The sadness just moves and I need to feel it, to feel the tears. Being distracted by visitors just irritates me. It means less time thinking about and connecting with the twin that will soon go forever. Giving it the time it deserves as its time was so short. Names. Significance. Does it know. Does anyone know. Or do they think just focusing on one twin will make this all better. They make me angry.
Will I meet it someday. Can I talk to it?
- - - - - -
If it was me, or anything that I did to make this happen, then I am endlessly sorry. I may never know. I may never grasp. I love you and your twin more than life itself and am sorry you'll never get to experience life. I'm sorry its been stolen from you before it began.
My angel, it won't be long until you have to leave me. But you're in my heart. And will remain there for as long as I live and beyond. I will never forget you. You'll never be forgotten, it will be my life's pledge to ensure that. While nurturing and loving your twin with all our hearts.
I'm scared. I'm the worst kind of scared for the pain of this birth and I feel guilty because I really should be more fearful of seeing you and having to let you go. I am. The thought kills me.

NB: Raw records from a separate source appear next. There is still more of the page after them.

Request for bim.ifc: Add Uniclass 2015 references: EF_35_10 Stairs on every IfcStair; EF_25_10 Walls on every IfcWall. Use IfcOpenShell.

First a look at what the model holds.

```python
import ifcopenshell

model = ifcopenshell.open("bim.ifc")
print(model.schema)
print("classifications:", [c.Name for c in model.by_type("IfcClassification")])
for ifc_class in ("IfcDoor", "IfcRoof", "IfcStair", "IfcWall", "IfcWindow"):
    print(ifc_class, len(model.by_type(ifc_class)))
```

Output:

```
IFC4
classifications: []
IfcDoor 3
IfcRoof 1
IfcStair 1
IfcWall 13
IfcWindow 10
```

```python
import ifcopenshell
import ifcopenshell.api.classification

model = ifcopenshell.open("bim.ifc")

system = ifcopenshell.api.classification.add_classification(model, classification="Uniclass 2015")

codes = {
    "IfcStair": ("EF_35_10", "Stairs"),
    "IfcWall": ("EF_25_10", "Walls"),
}
for ifc_class, (code, name) in codes.items():
    products = model.by_type(ifc_class)
    ifcopenshell.api.classification.add_reference(
        model, products=products, classification=system, identification=code, name=name
    )
    print(code, len(products))

model.write("bim_updated.ifc")
```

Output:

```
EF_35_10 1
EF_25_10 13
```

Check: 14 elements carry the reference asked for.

I will wonder if you know that. And if you know what a hole you're leaving in my life, in our lives. I'm your mum. We were ready for you. We were excited, scared but excited. You were with us for 8 months. You were meant to be like me and your sibling like your dad. I don't know where we got that from, but you were my little small one.
Now your sibling is what we are trying to focus on, so we can heal and fill its life with love.
The deathly silence, void, ghostly nothingness that I can't feel you is difficult. That your sibling is so active and you never were - or at least I didn't feel you much - makes the contrast even stronger.
Thank God your sibling moves and squirms so much. Thank goodness.
I love you always and endlessly, my precious daughter.
I love you always and endlessly, my precious daughter.